Tail recursion in mutually recursive functions

Question

I have the following code:

let rec f n =
    if n < 10 then "f" + g (n+1) else "f"
and g n =
    if n < 10 then "g" + f (n+1) else "g"

I want to make these mutually recursive functions tail recursive for optimization. I have tried the following :

let rec fT n = 
    let rec loop a = 
        if n < 10 then "f" + gT (a) else "f"
    loop (n + 1) 
and gT n =
    let rec loop a = 
        if n < 10 then "g" + fT (a) else "g"
    loop (n + 1) 

Is that a correct tail recursive version? If no, a hint in the right direction would be greatly appreciated.

EDIT (Second take on a solution):

let rec fA n = 
    let rec loop n a = 
        if n < 10 then loop (n + 1) ("f" + a) else a
    loop n "f"
and gA n =
    let rec loop n a = 
        if n < 10 then loop (n + 1) ("g" + a) else a
    loop n "g"

EDIT (Third take on a solution):

let rec fA n a = 
    if n < 10 then gA (n + 1) (a + "f") else a
and gA n a =
    if n < 10 then fA (n + 1) (a + "g") else a

EDIT (The correct solution):

let rec fA n a = 
    if n < 10 then gA (n + 1) (a + "f") else (a + "f")
and gA n a =
    if n < 10 then fA (n + 1) (a + "g") else (a + "g")

Answer 1

I second the observation that your attempt definitely does not put the recursion in tail position

How I would handle moving the recursion into tail position would be using a continuation. To do so, we'd have to implement fk and gk variants which have a continuation parameter, then f and g can be implemented using fk and gk respectively

I'm not an F# expert, but I can illustrate this quite simply with JavaScript. I wouldn't ordinarily post an answer using a different language, but since the syntax is so similar, I think it will be helpful to you.

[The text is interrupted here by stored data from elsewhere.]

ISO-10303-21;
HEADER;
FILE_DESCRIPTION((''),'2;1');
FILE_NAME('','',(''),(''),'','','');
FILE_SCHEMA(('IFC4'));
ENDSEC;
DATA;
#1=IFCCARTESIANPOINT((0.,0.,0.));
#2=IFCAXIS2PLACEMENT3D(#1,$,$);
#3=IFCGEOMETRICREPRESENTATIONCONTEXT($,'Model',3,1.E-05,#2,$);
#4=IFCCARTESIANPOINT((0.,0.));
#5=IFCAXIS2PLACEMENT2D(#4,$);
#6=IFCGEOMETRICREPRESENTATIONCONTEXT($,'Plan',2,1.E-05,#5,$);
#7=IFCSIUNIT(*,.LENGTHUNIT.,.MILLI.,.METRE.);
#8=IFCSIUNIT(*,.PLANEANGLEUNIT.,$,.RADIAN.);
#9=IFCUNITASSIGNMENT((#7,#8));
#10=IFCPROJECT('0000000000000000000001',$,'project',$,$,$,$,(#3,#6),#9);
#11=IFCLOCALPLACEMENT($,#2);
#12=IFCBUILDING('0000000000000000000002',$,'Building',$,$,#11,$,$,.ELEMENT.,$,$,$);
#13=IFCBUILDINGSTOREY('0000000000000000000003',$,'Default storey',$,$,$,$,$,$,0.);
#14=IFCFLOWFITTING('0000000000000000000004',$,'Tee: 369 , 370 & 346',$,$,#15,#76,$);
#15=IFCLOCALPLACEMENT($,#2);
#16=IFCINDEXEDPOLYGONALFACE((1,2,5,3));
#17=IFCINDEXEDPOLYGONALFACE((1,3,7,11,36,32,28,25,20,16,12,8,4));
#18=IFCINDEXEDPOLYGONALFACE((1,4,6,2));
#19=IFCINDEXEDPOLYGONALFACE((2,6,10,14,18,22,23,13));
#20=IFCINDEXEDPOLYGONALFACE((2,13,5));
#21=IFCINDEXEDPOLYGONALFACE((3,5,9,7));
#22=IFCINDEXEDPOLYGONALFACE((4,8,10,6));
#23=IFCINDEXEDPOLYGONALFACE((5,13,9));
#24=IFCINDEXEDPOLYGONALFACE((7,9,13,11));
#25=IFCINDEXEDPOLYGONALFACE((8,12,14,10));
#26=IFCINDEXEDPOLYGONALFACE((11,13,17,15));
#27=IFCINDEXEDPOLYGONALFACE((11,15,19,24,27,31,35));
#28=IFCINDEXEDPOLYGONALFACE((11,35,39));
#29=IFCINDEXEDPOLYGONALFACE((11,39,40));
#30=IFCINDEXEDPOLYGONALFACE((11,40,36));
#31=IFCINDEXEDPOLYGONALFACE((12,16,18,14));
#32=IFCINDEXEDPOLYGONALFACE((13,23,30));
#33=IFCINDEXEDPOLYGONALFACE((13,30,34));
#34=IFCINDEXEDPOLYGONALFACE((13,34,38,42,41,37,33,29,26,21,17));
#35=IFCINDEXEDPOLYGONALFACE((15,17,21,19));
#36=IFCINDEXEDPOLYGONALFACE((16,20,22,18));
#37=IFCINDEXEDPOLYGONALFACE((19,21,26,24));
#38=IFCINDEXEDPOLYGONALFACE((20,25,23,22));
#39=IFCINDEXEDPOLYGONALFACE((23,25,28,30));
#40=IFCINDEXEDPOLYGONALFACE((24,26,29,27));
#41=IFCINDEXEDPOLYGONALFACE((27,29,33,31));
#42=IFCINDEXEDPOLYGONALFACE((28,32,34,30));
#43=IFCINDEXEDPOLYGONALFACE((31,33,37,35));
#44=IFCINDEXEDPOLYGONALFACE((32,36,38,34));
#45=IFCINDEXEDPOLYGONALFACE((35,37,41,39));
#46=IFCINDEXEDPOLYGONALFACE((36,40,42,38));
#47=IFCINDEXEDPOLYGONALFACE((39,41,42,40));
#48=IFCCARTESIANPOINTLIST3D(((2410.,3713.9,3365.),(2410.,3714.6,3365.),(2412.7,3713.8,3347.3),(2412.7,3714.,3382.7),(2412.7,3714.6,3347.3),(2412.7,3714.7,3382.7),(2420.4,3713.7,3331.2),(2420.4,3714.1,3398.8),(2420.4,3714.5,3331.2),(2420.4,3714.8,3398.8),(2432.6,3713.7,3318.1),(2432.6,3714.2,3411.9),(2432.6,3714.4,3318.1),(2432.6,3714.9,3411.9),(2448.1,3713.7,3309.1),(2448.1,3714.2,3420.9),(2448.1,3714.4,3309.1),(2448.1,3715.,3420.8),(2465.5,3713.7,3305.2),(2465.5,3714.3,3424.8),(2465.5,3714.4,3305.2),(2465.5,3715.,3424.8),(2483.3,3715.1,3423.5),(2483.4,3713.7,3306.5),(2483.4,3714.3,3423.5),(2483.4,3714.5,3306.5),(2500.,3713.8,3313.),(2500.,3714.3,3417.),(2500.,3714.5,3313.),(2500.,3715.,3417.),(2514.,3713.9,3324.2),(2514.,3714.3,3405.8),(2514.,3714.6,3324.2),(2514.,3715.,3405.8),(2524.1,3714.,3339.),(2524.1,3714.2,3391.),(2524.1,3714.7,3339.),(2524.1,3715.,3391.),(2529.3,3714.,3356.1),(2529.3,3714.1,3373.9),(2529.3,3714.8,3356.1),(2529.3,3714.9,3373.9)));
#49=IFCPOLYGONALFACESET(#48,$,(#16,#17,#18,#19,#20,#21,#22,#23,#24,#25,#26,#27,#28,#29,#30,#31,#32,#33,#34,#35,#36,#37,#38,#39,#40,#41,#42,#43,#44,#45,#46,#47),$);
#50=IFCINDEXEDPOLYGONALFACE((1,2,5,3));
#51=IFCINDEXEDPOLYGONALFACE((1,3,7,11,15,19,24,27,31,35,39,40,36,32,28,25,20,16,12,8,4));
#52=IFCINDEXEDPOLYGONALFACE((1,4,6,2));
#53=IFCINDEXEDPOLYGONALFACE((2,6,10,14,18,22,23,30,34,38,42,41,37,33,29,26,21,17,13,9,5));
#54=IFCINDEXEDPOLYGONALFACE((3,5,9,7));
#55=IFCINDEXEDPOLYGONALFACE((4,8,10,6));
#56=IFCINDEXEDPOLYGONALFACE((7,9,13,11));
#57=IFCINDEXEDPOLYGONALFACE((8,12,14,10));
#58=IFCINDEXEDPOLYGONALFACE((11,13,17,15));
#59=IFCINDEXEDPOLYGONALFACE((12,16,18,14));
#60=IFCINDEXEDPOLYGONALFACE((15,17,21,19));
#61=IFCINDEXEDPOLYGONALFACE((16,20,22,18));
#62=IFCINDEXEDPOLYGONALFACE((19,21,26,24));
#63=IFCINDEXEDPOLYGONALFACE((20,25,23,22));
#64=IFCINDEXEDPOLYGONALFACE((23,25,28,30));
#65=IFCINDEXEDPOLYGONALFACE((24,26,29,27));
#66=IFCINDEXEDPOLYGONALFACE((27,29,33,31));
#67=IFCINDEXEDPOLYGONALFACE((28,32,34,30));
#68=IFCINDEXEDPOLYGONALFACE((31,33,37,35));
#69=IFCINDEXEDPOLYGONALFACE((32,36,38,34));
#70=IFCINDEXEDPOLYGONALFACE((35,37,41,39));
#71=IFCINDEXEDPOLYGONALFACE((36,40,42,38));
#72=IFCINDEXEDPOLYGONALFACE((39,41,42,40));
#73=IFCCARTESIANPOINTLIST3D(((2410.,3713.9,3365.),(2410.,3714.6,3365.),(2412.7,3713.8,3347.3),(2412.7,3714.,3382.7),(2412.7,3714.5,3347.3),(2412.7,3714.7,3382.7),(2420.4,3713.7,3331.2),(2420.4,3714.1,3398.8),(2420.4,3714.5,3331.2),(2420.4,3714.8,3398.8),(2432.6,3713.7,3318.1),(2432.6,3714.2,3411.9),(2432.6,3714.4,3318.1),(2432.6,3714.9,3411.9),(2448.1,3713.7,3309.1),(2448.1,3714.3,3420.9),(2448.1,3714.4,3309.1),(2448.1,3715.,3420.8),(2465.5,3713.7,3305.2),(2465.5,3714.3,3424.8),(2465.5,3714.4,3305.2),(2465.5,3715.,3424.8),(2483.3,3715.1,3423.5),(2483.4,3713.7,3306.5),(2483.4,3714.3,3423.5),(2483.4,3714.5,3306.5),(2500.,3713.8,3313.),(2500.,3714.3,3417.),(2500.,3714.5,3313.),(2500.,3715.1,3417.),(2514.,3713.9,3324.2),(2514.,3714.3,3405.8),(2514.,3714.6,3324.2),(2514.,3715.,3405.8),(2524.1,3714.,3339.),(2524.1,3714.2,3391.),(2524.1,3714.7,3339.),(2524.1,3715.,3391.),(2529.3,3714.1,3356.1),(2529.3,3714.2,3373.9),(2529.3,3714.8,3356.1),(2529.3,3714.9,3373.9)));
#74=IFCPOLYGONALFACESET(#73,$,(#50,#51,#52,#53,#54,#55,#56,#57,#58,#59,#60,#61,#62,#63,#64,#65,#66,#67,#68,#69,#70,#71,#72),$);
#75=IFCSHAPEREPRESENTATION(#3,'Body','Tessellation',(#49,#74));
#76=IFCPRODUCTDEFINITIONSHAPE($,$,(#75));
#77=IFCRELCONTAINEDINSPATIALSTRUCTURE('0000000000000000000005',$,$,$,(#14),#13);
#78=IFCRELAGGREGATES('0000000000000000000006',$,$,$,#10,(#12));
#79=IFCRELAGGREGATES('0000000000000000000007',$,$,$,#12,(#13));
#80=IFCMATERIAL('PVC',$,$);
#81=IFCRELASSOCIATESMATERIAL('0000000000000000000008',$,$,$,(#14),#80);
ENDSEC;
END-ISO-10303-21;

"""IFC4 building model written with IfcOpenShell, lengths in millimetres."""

from ifc_helpers import new_model, si_unit, frame, origin, origin_2d, place, context, project, spatial, circle, extrude, material, element, save


model = new_model("IFC4")

# Units and contexts
model_context = context("Model", 3, precision=1e-05, world=origin())
plan_context = context("Plan", 2, precision=1e-05, world=origin_2d())
ifc_project = project(units=[si_unit("LENGTHUNIT", "METRE", prefix="MILLI"), si_unit("PLANEANGLEUNIT", "RADIAN")], contexts=[model_context, plan_context])

# Building, storey
placement = place(None, origin())
building = spatial("IfcBuilding", under=ifc_project, at=placement, Name="Building", CompositionType="ELEMENT")
storey = spatial("IfcBuildingStorey", under=building, Name="Default storey", Elevation=0.0)

# Flow fitting
ifc_material = material(Name="PVC")
element("IfcFlowFitting", 1, at=placement, inside=storey, material=ifc_material, Name="Tee: 369 , 370 & 346", context=model_context, body=[
    extrude(circle(Radius=60.0, at=origin_2d()), frame((2470.0, 3714.7, 3365.0), z_axis=(0.001168, -0.73259, 0.003737), x_axis=(-732.589541, -1.167659, 0.0)), (0.0, 0.0, 1.0), 0.7),
    extrude(circle(Radius=60.0, at=origin_2d()), frame((2470.0, 3714.7, 3365.0), z_axis=(0.001298, -0.732589, 0.003795), x_axis=(-732.589022, -1.298208, 0.0)), (0.0, 0.0, 1.0), 0.7),
    extrude(circle(Radius=58.0, at=origin_2d()), frame((2470.0, 3714.0, 3364.3), z_axis=(0.0, 0.0, 0.7326), x_axis=(0.0, 0.0, 0.0)), (0.0, 0.0, 1.0), 0.7),
])

save(model, "model.ifc")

It also has the added benefit that you can run this answer in the browser to see it working

// f helper
let fk = (n, k) => {
  if (n < 10)
    return gk(n + 1, g => k("f" + g))
  else
    return k("f")
}
    
// g helper
let gk = (n, k) => {
  if (n < 10)
    return fk(n + 1, f => k("g" + f))
  else
    return k("g")
}
    
let f = n =>
  fk(n, x => x)

let g = n =>
  gk(n, x => x)
  
console.log(f(0))  // fgfgfgfgfgf
console.log(g(0))  // gfgfgfgfgfg
console.log(f(5))  // fgfgfg
console.log(g(5))  // gfgfgf
console.log(f(11)) // f
console.log(g(11)) // g

Answer 2

Your solution is most definitely not tail-recursive.

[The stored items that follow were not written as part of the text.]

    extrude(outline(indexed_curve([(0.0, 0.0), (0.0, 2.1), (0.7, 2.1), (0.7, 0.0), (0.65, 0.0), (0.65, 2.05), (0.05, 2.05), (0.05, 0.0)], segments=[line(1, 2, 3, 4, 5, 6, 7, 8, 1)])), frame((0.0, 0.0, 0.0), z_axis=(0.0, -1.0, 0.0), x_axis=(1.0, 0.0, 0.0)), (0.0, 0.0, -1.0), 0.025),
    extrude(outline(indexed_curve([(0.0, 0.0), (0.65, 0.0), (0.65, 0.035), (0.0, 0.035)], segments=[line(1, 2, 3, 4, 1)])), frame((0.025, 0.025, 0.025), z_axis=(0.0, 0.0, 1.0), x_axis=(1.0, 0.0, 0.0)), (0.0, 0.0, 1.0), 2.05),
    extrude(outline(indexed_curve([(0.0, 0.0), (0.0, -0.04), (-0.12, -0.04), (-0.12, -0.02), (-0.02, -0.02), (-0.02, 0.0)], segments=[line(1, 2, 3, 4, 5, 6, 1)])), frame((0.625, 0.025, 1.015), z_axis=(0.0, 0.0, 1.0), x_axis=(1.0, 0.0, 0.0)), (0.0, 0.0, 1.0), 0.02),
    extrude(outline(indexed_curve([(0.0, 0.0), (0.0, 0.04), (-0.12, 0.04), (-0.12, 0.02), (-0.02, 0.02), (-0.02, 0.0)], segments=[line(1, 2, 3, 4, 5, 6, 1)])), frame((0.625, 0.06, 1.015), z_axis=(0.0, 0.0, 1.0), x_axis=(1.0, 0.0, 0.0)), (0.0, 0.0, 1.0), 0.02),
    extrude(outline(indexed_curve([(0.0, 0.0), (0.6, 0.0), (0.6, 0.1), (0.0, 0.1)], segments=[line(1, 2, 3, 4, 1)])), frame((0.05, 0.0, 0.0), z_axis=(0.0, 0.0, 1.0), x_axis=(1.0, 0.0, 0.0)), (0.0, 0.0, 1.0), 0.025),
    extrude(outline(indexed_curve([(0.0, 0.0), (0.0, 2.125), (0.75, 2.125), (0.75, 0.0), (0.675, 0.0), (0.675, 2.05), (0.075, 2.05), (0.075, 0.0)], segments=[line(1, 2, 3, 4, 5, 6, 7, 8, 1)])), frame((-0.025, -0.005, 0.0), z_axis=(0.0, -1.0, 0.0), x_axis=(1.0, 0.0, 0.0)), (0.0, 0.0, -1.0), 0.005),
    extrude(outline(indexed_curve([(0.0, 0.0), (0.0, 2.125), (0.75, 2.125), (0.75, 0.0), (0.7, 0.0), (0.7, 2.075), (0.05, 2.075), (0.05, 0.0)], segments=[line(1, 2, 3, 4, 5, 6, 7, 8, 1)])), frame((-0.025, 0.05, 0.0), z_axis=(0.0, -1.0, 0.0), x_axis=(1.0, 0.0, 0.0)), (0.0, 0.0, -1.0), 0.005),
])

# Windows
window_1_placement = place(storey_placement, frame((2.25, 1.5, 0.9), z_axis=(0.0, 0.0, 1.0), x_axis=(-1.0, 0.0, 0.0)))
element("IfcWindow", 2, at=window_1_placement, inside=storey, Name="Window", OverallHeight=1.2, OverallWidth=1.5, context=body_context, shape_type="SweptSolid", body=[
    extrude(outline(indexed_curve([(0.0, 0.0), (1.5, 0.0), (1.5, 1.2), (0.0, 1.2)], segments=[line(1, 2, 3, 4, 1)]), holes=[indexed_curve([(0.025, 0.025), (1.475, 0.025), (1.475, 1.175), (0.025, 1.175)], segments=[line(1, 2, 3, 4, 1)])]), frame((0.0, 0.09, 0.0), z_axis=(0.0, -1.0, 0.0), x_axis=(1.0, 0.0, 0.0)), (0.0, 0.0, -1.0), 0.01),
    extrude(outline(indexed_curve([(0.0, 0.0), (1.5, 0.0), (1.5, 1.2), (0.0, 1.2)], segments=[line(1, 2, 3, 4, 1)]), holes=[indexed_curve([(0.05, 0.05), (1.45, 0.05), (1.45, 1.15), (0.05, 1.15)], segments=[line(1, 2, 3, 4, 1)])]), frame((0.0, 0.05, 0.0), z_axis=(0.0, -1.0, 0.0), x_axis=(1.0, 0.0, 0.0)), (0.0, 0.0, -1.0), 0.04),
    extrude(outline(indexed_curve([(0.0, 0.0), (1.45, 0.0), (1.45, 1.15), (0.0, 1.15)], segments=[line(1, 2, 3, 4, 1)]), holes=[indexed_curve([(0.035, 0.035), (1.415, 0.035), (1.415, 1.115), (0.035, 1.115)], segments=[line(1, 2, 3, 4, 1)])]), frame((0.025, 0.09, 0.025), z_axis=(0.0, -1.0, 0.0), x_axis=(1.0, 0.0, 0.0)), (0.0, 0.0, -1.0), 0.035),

"Tail-recursion" is such recursion where every recursive call is the last thing that the function does. This concept is important, because it means that the runtime can opt out of keeping a stack frame between the calls: since the recursive call is the very last thing, and the calling function doesn't need to do anything else after that, the runtime can skip returning control to the calling function, and have the called function return right to the top-level caller. This allows for expressing recursive algorithms of arbitrary depth without fear of running out of stack space.

In your implementation, however, the function fT.loop calls function gT, and then prepends "f" to whatever gT returned. This prepending of "f" happens after gT has returned, and therefore the call to gT is not the last thing that fT.loop does. Ergo, it is not tail-recursive.

In order to convert "regular" recursion into the "tail" kind, you have to "turn the logic inside out", so to speak. Let's look at the function f: it calls g and then prepends "f" to whatever g returned. This "f" prefix is the whole "contribution" of function f in the total computation. Now, if we want tail recursion, it means we can't make the "contribution" after the recursive call. This means that the contribution has to happen before. But if we do the contribution before the call and don't do anything after, then how do we avoid losing that contribution? The only way is to pass the contribution into the recursive call as argument.

This is the general idea behind tail-recursive computation: instead of waiting for the nested call to complete and then adding something to the output, we do the adding first and pass what has been "added so far" into the recursive call.

Going back to your specific example: since the contribution of f is the "f" character, it needs to add this character to what has been computed "so far" and pass that into the recursive call, which will then do the same, and so on. The "so far" argument should have the semantics of "compute whatever you were going to compute, and then prepend my 'so far' to that".

Since you've only asked for a "hint", and this is obviously homework (forgive me if I'm wrong), I am not going to post the actual code. Let me know if you'd rather I did.